Resisting the Phish, Responding to Compromise
Phishing attacks are unlikely to abate in the foreseeable future, so focusing on resilience in the face of such attacks is as important as focusing on prevention. The following tips can assist your organization in identifying ways to strengthen both prevention and resilience and decrease the chances that an attacker will use phishing to obtain a critical foothold in your systems.
Threat Prevention Tips
While phishing can be a cunning adversary, some points can help keep it at bay:
- Are employees over-sharing online? People working for your organization could be over-sharing information on the internet, both from an organizational and a personal standpoint. Inform employees about the risk associated with these activities. The most successful attackers spend significant time researching their targets by looking into their online footprint and then use this information to create highly customized messages, making them more likely to succeed.
- Keep tabs on your typo-squatted domains. A typo-squatted domain looks very similar to the domain an organization uses, but it is slightly altered by swapping characters, for example, turning a small “L” into a capital “i.” Sometimes vowels switch location, characters are omitted and other tricks are used to make our eyes read a believable domain name. Most people overlook these small changes, and attackers know it. Organizations should check to see if any typo-squatted domains are attempting to impersonate theirs. If any are found, it is wise to proactively purchase them so attackers cannot. If the typo-squatted domain is already registered to another person, it is recommended to block those domains from communicating with your networks.
- Test employees regularly. While it’s great to train employees on how to spot phishing emails, security teams should also provide the opportunity to spot and report suspicious emails through regular test campaigns.
- Routinely provide role-based employee education with updated phishing techniques used by attackers — some of the intelligence in this blog may be helpful in crafting training with up-to-date information. Warn employees to be aware of emails that create a sense of urgency or come from an external address.
- Implement email banners that will flag messages coming from outside the organization to allow employees to identify potentially fake CEO or CFO emails.
- Disable the ability to launch macros from an email attachment.
- Use email security controls to flag potentially malicious emails coming from blacklisted domains, emails containing disabled attachments or emails from typo-squatted domains.
- Use a layered approach to security and consider including behavioral analysis.
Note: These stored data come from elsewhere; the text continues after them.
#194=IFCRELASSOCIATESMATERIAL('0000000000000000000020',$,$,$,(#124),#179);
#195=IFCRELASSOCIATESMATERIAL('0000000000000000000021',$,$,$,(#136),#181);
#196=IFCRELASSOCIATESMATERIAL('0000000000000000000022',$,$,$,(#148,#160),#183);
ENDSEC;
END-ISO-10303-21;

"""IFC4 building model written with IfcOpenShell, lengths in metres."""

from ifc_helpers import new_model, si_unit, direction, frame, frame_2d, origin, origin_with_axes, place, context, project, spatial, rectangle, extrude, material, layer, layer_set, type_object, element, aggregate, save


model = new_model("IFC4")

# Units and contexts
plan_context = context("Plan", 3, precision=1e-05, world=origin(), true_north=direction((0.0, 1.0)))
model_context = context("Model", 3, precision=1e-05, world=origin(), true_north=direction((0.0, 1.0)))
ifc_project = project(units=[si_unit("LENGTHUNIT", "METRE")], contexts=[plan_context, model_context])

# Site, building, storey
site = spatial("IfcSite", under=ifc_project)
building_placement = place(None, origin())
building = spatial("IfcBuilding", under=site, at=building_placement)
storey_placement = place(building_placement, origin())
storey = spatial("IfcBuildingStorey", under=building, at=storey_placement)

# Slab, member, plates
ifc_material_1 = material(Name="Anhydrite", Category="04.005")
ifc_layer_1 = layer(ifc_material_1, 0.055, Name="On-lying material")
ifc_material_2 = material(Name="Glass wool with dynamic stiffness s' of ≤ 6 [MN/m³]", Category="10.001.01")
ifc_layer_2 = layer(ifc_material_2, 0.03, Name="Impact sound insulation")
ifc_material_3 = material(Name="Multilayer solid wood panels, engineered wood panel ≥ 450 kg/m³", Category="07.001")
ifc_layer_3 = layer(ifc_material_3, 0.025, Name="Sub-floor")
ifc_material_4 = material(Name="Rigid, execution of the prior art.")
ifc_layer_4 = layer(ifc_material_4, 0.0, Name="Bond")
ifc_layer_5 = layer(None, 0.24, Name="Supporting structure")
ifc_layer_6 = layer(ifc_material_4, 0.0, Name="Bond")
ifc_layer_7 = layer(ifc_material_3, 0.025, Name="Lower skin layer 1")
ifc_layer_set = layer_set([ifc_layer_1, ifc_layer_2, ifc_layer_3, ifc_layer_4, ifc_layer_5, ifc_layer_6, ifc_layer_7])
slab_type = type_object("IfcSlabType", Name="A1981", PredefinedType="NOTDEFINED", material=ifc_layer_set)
A layered approach is more likely to detect threats such as zero-day malware, and adding behavioral components is easy with an advanced user behavior analytics (UBA) solution to help detect suspicious internal activity via your company’s security information and event management (SIEM) solution.
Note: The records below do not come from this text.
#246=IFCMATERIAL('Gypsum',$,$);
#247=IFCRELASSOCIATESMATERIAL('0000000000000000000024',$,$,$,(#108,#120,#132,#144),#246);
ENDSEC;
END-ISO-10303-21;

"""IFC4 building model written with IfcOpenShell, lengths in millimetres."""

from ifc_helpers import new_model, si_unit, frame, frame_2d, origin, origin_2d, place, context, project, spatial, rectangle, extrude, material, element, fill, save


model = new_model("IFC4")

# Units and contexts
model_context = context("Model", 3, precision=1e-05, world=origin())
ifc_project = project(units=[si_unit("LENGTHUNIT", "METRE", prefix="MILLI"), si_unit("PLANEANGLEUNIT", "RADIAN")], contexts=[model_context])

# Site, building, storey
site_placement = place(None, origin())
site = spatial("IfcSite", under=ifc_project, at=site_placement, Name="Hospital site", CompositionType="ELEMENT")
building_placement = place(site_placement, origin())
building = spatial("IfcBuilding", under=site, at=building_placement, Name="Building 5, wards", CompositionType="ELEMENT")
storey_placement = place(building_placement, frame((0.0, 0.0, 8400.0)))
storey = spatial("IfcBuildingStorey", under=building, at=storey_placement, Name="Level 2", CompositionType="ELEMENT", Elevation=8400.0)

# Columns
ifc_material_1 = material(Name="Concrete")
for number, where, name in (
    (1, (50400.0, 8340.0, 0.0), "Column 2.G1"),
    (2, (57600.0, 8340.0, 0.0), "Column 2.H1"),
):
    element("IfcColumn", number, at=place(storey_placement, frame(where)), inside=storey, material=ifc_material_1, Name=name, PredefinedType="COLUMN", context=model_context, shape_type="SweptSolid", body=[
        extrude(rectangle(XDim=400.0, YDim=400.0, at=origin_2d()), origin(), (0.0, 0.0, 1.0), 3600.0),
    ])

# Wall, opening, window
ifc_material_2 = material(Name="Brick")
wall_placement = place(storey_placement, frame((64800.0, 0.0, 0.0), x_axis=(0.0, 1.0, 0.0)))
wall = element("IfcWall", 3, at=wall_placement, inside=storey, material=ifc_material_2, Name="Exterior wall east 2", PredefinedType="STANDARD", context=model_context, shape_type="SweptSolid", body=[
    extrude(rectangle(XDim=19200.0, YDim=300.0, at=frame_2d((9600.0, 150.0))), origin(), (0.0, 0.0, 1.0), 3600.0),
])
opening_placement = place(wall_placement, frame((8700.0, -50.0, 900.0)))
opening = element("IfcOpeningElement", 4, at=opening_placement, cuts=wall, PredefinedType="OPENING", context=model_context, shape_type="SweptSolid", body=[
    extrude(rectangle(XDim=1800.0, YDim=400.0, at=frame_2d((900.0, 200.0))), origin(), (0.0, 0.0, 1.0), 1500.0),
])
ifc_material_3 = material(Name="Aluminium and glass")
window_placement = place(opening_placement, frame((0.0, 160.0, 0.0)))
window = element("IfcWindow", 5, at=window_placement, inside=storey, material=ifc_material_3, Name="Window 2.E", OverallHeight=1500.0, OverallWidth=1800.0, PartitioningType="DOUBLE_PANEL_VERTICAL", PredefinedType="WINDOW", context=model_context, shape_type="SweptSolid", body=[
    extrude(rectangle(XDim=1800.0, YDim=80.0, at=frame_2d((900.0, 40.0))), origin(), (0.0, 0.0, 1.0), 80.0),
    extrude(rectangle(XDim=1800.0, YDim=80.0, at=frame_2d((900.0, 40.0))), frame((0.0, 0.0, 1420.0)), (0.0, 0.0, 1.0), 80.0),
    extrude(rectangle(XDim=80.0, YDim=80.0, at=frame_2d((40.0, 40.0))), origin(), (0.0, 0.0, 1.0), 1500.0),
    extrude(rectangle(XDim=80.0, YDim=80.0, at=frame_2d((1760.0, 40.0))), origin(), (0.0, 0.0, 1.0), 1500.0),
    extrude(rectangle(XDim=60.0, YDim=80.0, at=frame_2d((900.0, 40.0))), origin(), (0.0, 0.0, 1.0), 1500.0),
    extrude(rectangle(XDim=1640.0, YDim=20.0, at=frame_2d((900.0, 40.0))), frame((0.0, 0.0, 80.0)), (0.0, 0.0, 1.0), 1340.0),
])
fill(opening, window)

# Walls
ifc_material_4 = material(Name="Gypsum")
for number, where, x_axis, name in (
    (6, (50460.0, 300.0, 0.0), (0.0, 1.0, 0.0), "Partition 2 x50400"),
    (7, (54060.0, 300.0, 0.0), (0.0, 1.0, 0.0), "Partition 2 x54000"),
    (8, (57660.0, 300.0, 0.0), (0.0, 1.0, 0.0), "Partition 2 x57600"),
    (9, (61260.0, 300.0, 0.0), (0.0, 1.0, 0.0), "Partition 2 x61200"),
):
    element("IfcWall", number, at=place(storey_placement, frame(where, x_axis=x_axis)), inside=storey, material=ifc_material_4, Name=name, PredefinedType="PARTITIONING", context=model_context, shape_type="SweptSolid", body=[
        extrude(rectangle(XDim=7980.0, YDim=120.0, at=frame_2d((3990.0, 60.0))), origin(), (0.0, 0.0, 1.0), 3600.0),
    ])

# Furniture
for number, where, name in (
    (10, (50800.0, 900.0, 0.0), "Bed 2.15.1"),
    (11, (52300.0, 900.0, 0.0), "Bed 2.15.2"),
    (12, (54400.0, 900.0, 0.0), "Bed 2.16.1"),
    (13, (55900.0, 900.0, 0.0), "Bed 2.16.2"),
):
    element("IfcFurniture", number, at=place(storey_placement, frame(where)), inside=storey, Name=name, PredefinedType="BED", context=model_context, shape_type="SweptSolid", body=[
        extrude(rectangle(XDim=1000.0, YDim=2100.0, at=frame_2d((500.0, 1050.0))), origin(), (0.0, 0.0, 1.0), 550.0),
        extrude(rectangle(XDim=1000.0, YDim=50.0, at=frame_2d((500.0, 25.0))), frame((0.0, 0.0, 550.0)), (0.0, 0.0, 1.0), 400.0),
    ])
Expect Trouble and Respond Effectively
Since someone is bound to click on a malicious link or attachment, organizations must place added focus on response and assume that user devices can and will be compromised. That is why it is important to:
- Limit user privileges attributed to each user group so that each employee can only access what is needed for their actual work.
- Ensure proper adaptation of security technology and procedures to detect endpoint compromise.
- Review network segmentation to effectively limit moving from one area to another.
- Have an incident response and management plan in place for scenarios big and small.